Acabo de disponibilizar uma nova seleção de páginas virtuais que tenho visitado. Está no canto direito do Blog, nomeado como “Editoras”, onde você poderá acessar links, a maioria são blogs, das editoras cujos lançamentos estão nas minhas leituras dos últimos tempos.

sexta-feira, 27 de agosto de 2010

Diário de classe – I

Uma manhã de sol é um bom momento para crianças entre 10, 11 ou 12 anos ficarem no corredor, tendo a luz do sol como inspiração a reflexão e a criação. A aula em questão era de filosofia, o tema a “Mitologia Grega”, o que torna o conteúdo atraente as crianças leitores-as da nova sensação editorial, faço referência ao Percy Jackson. Inclusive, em certos momentos, preciso deixar de lado a minha monótona aula expositiva para pedir ao jovem estudante que feche o livro e preste atenção. Deixo esse assunto para outras anotações em meu diário de classe.

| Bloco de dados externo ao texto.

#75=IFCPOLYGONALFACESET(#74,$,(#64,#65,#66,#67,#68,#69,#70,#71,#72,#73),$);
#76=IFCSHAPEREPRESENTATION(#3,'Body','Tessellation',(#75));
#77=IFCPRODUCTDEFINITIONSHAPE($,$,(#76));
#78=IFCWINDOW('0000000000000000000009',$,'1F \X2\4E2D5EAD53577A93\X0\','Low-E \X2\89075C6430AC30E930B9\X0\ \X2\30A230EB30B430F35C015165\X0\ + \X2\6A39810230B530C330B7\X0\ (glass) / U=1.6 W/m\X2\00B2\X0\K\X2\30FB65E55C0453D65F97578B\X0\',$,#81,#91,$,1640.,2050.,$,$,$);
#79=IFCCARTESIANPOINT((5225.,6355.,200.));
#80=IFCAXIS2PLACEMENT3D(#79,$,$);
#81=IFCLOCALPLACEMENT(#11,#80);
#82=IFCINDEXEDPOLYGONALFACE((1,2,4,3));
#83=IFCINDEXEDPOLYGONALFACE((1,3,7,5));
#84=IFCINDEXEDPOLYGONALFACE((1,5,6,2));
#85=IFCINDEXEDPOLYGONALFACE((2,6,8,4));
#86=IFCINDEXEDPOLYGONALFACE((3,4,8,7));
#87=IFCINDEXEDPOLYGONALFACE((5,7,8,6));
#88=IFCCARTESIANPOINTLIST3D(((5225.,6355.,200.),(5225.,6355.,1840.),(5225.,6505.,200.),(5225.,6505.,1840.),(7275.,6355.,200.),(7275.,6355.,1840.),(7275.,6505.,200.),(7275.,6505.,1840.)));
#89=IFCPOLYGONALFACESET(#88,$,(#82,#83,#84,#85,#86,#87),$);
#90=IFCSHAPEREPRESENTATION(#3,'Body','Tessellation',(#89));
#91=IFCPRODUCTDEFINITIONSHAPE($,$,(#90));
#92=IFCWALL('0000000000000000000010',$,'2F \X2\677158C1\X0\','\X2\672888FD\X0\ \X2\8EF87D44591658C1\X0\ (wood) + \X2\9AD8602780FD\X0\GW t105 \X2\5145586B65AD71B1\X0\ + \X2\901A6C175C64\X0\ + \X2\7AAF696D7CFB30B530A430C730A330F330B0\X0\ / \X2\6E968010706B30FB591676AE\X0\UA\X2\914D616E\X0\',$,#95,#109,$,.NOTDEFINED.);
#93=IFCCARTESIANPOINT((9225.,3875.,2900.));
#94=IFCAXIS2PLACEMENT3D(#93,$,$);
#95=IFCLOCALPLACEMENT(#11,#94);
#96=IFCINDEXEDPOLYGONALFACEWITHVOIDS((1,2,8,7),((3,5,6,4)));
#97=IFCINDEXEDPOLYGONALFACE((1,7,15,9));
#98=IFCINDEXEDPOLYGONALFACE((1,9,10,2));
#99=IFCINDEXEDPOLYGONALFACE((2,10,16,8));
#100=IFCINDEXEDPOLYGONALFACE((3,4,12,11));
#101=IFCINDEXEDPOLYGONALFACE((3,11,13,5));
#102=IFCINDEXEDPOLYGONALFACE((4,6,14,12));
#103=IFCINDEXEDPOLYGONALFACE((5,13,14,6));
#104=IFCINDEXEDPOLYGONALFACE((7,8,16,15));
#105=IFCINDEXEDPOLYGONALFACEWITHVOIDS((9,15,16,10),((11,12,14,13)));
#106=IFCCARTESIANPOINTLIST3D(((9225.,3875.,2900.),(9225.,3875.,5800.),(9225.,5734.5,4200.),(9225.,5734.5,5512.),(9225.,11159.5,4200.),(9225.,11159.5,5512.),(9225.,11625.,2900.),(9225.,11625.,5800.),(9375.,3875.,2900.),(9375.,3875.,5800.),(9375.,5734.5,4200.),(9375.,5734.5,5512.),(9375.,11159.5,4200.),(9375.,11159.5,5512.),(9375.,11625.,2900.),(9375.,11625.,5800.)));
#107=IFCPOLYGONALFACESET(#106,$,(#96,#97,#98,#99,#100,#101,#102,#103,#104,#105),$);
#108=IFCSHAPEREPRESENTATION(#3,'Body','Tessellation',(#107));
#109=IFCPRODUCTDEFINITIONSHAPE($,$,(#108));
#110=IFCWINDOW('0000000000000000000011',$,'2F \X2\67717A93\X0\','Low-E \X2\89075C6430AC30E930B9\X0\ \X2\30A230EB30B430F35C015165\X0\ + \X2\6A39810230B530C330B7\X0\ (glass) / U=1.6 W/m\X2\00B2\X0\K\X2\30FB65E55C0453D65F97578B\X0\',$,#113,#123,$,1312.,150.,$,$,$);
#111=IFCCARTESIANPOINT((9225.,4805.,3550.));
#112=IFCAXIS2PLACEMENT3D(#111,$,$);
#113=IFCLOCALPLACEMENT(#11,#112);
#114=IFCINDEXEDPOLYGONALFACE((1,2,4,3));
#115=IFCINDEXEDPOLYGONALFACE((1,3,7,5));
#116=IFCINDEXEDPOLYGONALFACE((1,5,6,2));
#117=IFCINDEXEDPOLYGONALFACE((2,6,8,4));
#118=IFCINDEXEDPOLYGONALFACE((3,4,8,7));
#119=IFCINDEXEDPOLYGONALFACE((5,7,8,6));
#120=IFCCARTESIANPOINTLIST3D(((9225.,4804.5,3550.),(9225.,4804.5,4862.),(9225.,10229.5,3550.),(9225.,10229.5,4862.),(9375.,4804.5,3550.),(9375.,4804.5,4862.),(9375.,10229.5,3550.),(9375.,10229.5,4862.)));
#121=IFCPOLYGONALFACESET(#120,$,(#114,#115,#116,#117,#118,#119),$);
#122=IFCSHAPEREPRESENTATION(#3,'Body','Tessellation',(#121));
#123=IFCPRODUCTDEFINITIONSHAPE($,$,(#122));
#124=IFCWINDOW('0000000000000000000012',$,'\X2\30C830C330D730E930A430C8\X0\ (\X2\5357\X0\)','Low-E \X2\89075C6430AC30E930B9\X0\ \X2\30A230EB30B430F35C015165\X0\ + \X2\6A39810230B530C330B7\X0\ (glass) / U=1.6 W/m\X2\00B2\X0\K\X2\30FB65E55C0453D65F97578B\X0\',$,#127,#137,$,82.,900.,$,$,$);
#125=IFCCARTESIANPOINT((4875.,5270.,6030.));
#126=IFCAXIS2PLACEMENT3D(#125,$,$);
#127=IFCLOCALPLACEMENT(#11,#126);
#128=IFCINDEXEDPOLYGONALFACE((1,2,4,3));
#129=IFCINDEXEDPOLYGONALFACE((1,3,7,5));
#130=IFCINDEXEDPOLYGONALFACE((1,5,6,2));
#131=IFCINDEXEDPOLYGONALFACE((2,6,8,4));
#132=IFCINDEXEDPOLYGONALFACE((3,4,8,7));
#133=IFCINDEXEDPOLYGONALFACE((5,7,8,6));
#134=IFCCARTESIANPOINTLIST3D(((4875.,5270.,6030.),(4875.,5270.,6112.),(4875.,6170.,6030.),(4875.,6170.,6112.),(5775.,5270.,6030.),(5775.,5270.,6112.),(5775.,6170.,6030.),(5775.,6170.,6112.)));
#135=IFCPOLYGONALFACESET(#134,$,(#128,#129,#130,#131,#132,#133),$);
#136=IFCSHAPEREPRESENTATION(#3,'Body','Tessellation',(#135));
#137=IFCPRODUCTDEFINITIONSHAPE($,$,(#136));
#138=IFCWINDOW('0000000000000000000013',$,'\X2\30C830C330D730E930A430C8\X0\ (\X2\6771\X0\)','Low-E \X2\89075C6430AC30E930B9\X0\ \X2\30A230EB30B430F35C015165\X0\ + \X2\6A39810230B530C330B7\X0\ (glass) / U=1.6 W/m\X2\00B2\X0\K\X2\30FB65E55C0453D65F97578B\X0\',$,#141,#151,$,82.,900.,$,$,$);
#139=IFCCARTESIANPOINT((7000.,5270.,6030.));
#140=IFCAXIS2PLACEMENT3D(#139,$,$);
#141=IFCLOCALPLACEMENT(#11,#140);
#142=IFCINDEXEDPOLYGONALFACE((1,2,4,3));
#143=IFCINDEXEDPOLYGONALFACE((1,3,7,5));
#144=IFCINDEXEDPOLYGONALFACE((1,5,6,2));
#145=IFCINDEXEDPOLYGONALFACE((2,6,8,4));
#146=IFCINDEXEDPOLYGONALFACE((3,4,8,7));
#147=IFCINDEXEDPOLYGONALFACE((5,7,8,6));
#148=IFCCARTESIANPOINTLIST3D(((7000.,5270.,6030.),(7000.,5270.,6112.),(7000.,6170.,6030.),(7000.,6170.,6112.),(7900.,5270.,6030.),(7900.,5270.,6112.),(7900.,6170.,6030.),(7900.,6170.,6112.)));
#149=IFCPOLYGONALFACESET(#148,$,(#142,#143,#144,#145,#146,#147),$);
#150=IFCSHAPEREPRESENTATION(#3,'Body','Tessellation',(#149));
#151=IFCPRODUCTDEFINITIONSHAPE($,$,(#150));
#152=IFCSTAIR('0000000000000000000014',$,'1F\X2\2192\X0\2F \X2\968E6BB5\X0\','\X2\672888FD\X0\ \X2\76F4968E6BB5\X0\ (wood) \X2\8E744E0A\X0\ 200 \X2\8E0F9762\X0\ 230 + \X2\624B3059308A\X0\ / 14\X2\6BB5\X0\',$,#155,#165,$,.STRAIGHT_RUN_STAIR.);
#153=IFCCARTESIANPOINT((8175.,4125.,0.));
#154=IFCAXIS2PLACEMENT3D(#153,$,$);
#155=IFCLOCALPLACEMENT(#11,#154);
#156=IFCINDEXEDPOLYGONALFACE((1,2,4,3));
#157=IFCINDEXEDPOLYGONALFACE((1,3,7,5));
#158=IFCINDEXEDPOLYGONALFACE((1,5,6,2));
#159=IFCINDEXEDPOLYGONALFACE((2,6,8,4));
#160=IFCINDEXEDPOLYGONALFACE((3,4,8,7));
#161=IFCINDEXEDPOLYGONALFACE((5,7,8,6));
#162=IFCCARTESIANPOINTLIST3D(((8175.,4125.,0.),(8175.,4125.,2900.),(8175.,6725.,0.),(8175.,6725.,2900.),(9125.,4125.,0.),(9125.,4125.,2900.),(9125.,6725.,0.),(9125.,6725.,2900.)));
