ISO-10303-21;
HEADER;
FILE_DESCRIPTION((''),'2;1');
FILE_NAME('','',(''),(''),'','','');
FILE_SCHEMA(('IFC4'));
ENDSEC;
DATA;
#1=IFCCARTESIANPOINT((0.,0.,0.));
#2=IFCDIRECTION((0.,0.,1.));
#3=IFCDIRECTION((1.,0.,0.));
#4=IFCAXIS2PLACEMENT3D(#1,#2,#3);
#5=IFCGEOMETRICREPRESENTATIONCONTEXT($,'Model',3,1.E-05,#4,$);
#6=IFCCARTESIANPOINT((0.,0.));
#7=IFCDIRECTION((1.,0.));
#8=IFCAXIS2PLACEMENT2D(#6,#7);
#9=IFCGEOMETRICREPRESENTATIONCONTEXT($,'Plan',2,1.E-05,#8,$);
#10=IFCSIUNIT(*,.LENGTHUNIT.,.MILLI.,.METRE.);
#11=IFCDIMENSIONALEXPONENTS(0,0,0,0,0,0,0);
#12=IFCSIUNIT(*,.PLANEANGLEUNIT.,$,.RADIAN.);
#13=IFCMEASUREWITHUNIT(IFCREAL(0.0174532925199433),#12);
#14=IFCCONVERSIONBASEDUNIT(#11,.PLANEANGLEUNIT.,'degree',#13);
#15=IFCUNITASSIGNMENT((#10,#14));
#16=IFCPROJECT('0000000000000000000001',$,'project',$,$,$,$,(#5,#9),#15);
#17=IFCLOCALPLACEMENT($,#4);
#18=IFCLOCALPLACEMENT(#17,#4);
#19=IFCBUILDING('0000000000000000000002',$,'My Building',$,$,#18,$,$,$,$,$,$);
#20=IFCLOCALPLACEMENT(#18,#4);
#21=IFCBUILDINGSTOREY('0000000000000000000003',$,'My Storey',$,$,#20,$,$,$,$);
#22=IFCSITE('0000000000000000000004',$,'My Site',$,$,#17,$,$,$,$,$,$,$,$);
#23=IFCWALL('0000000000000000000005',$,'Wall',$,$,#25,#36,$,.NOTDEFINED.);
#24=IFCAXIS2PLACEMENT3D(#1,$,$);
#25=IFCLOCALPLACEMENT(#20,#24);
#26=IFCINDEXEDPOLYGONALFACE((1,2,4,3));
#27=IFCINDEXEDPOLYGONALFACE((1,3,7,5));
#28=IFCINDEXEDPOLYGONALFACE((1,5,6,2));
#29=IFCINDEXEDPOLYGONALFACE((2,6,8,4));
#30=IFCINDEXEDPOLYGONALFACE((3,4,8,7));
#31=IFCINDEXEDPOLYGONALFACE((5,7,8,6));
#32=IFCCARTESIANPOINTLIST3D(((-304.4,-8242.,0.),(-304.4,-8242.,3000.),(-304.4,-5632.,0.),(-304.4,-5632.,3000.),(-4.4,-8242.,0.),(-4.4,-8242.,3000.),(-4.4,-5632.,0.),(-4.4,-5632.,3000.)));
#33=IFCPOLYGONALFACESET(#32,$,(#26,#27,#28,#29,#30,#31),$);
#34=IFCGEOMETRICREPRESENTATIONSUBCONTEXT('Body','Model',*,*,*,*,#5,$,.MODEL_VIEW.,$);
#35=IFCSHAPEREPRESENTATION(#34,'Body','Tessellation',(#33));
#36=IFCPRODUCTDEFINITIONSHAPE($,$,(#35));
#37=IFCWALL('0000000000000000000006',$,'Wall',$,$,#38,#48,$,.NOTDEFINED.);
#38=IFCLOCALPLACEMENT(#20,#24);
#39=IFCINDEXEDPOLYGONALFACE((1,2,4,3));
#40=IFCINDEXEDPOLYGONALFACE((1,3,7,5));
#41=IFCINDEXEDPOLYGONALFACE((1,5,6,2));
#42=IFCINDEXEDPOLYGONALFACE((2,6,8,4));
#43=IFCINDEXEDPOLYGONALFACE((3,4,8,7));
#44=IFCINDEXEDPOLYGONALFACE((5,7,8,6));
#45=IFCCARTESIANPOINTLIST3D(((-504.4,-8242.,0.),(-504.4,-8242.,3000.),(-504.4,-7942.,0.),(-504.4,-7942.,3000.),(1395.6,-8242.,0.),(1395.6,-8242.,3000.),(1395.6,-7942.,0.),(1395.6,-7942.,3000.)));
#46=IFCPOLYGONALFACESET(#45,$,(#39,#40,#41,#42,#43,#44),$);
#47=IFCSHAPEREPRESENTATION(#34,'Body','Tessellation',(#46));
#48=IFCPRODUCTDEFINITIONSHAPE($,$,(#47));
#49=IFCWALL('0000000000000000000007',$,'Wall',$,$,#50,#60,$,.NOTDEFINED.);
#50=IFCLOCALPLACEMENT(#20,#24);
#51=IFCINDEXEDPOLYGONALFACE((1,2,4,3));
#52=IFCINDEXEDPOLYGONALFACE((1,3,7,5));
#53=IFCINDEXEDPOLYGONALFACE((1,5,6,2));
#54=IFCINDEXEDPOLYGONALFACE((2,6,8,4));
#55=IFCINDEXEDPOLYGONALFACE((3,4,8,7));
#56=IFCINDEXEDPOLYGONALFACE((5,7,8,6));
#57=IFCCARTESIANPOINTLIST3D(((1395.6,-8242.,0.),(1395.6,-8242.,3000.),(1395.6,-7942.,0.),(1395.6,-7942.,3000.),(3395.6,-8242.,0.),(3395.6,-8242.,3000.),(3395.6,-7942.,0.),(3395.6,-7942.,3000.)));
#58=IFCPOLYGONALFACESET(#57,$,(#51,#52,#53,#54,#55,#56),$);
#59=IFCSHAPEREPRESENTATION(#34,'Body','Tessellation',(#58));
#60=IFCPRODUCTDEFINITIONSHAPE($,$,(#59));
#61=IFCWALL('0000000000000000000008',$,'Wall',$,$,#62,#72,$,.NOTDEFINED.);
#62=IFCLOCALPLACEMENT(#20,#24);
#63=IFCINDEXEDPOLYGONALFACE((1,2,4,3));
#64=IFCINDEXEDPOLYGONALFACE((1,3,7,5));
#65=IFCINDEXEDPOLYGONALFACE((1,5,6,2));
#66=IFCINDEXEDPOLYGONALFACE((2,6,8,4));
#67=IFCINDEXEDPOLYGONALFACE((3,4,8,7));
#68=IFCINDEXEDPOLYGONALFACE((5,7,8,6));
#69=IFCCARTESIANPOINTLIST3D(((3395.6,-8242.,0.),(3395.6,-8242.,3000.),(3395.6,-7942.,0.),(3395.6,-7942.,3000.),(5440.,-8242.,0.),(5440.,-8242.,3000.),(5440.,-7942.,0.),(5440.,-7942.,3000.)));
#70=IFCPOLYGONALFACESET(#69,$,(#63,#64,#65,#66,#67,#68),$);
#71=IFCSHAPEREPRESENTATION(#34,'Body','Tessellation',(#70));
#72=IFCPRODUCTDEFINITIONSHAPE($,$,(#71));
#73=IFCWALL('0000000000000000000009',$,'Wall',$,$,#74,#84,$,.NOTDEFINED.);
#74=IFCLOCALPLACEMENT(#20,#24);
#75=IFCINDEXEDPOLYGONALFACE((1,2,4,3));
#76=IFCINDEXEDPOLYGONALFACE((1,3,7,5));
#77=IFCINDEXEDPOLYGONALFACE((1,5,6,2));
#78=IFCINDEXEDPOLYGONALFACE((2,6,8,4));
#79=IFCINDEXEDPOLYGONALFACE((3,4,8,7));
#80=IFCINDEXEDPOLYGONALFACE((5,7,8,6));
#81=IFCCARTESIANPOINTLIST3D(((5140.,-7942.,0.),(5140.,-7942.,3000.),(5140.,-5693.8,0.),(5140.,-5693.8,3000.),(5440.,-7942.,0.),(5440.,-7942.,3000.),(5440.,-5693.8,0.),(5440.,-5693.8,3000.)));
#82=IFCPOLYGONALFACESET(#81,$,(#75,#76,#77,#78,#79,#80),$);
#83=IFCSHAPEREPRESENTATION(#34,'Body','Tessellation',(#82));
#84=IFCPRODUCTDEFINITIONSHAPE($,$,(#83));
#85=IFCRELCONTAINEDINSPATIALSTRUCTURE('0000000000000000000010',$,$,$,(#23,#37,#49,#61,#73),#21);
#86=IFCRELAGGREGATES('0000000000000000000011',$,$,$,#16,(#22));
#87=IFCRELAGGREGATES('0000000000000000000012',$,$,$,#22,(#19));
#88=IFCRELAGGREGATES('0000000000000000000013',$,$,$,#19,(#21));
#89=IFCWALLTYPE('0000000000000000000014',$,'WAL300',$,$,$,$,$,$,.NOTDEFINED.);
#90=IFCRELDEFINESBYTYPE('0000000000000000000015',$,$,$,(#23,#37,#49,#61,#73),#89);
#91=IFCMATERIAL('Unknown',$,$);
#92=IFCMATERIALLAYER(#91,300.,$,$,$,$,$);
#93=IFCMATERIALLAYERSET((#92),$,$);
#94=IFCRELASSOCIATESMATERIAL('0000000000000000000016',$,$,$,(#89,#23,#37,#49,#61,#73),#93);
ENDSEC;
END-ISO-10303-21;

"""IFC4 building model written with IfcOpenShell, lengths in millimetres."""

from ifc_helpers import new_model, entity, si_unit, converted_unit, frame, origin_with_axes, origin_2d_with_axis, place, context, subcontext, project, spatial, indexed_curve, outline, extrude, material, layer, layer_set, layer_usage, type_object, element, save


model = new_model("IFC4")

# Units and contexts
model_context = context("Model", 3, precision=1e-05, world=origin_with_axes())
plan_context = context("Plan", 2, precision=1e-05, world=origin_2d_with_axis())
body_context = subcontext(model_context, "Body", "Model", "MODEL_VIEW")
ifc_project = project(units=[si_unit("LENGTHUNIT", "METRE", prefix="MILLI"), converted_unit("PLANEANGLEUNIT", "degree", entity("IfcReal", 0.0174532925199433), si_unit("PLANEANGLEUNIT", "RADIAN"), dimensions=[0, 0, 0, 0, 0, 0, 0])], contexts=[model_context, plan_context])

# Site, building, storey
site_placement = place(None, origin_with_axes())
site = spatial("IfcSite", under=ifc_project, at=site_placement, Name="My Site")
building_placement = place(site_placement, origin_with_axes())
building = spatial("IfcBuilding", under=site, at=building_placement, Name="My Building")
storey_placement = place(building_placement, origin_with_axes())
storey = spatial("IfcBuildingStorey", under=building, at=storey_placement, Name="My Storey")

# Shared definitions
ifc_material = material(Name="Unknown")

# Shared definitions
ifc_layer_1 = layer(ifc_material, 300.0)
ifc_layer_set_1 = layer_set([ifc_layer_1])
wall_type_1 = type_object("IfcWallType", Name="WAL300", PredefinedType="NOTDEFINED", material=ifc_layer_set_1)

# Walls
ifc_layer_usage_1 = layer_usage(ifc_layer_set_1, "AXIS2", "POSITIVE", 0.0)
wall_1_placement = place(storey_placement, frame((-4.4, -8242.0, 0.0), z_axis=(0.0, 0.0, 1.0), x_axis=(0.000001, 1.0, 0.0)))
element("IfcWall", 1, at=wall_1_placement, inside=storey, type_object=wall_type_1, material=ifc_layer_usage_1, Name="Wall", PredefinedType="NOTDEFINED", context=body_context, shape_type="SweptSolid", body=[
    extrude(outline(indexed_curve([(0.0, 0.0), (0.0, 300.0), (2610.0, 300.0), (2610.0, 0.0), (0.0, 0.0)], self_intersect=False)), origin_with_axes(), (0.0, 0.0, 1.0), 3000.0),
])
ifc_layer_usage_2 = layer_usage(ifc_layer_set_1, "AXIS2", "POSITIVE", 0.0)
wall_2_placement = place(storey_placement, frame((1395.6, -7942.0, 0.0), z_axis=(0.0, 0.0, 1.0), x_axis=(-1.0, 0.000001, 0.0)))
element("IfcWall", 2, at=wall_2_placement, inside=storey, type_object=wall_type_1, material=ifc_layer_usage_2, Name="Wall", PredefinedType="NOTDEFINED", context=body_context, shape_type="SweptSolid", body=[
    extrude(outline(indexed_curve([(0.0, 0.0), (0.0, 300.0), (1900.0, 300.0), (1900.0, 0.0), (0.0, 0.0)], self_intersect=False)), origin_with_axes(), (0.0, 0.0, 1.0), 3000.0),
])
ifc_layer_usage_3 = layer_usage(ifc_layer_set_1, "AXIS2", "POSITIVE", 0.0)
wall_3_placement = place(storey_placement, frame((1395.6, -8242.0, 0.0), z_axis=(0.0, 0.0, 1.0), x_axis=(1.0, -0.000001, 0.0)))
element("IfcWall", 3, at=wall_3_placement, inside=storey, type_object=wall_type_1, material=ifc_layer_usage_3, Name="Wall", PredefinedType="NOTDEFINED", context=body_context, shape_type="SweptSolid", body=[
    extrude(outline(indexed_curve([(0.0, 0.0), (0.0, 300.0), (2000.0, 300.0), (2000.0, 0.0), (0.0, 0.0)], self_intersect=False)), origin_with_axes(), (0.0, 0.0, 1.0), 3000.0),
])
ifc_layer_usage_4 = layer_usage(ifc_layer_set_1, "AXIS2", "POSITIVE", 0.0)
wall_4_placement = place(storey_placement, frame((5440.0, -7942.0, 0.0), z_axis=(0.0, 0.0, 1.0), x_axis=(-1.0, 0.000002, 0.0)))
element("IfcWall", 4, at=wall_4_placement, inside=storey, type_object=wall_type_1, material=ifc_layer_usage_4, Name="Wall", PredefinedType="NOTDEFINED", context=body_context, shape_type="SweptSolid", body=[
    extrude(outline(indexed_curve([(0.0, 0.0), (0.0, 300.0), (2044.4, 300.0), (2044.4, 0.0), (0.0, 0.0)], self_intersect=False)), origin_with_axes(), (0.0, 0.0, 1.0), 3000.0),
])
ifc_layer_usage_5 = layer_usage(ifc_layer_set_1, "AXIS2", "POSITIVE", 0.0)
wall_5_placement = place(storey_placement, frame((5140.0, -5693.8, 0.0), z_axis=(0.0, 0.0, 1.0), x_axis=(-0.000001, -1.0, 0.0)))
element("IfcWall", 5, at=wall_5_placement, inside=storey, type_object=wall_type_1, material=ifc_layer_usage_5, Name="Wall", PredefinedType="NOTDEFINED", context=body_context, shape_type="SweptSolid", body=[
    extrude(outline(indexed_curve([(0.0, 0.0), (0.0, 300.0), (2248.1, 300.0), (2248.1, 0.0), (0.0, 0.0)], self_intersect=False)), origin_with_axes(), (0.0, 0.0, 1.0), 3000.0),
])

save(model, "model.ifc")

A primeira etapa da aula – eu fico uma hora e quarenta com a meninada - foi de mobilização, onde contei o conto “O guarda-roupas de Pandora”, escrito pelo meu amigo Alberto Ferreira, que explora o universo do menino Bernardo, sua vivência escolar e sua curiosidade com tudo que se passou milhares anos atrás. Onde o enredo tem Zeus, Prometeu, Epimeteu e Pandora. Depois do contar, ocorreu um breve debate sobre o conto, nada mais do que 10 minutos.

O momento seguinte foi de exposição do que são os mitos, da importância deles na cultura da Grécia Antiga, utilizando no preparo da aula os livros “Temas da Filosofia”, “Filosofando” e “Convite a filosofia”. O mito que utilizei foi o da Caixa de Pandora, quando Zeus, mandou aos irmãos Prometeu e Epimeteu a linda Pandora, que carregava uma caixa de onde todo o mal do mundo saiu e na terra ficou.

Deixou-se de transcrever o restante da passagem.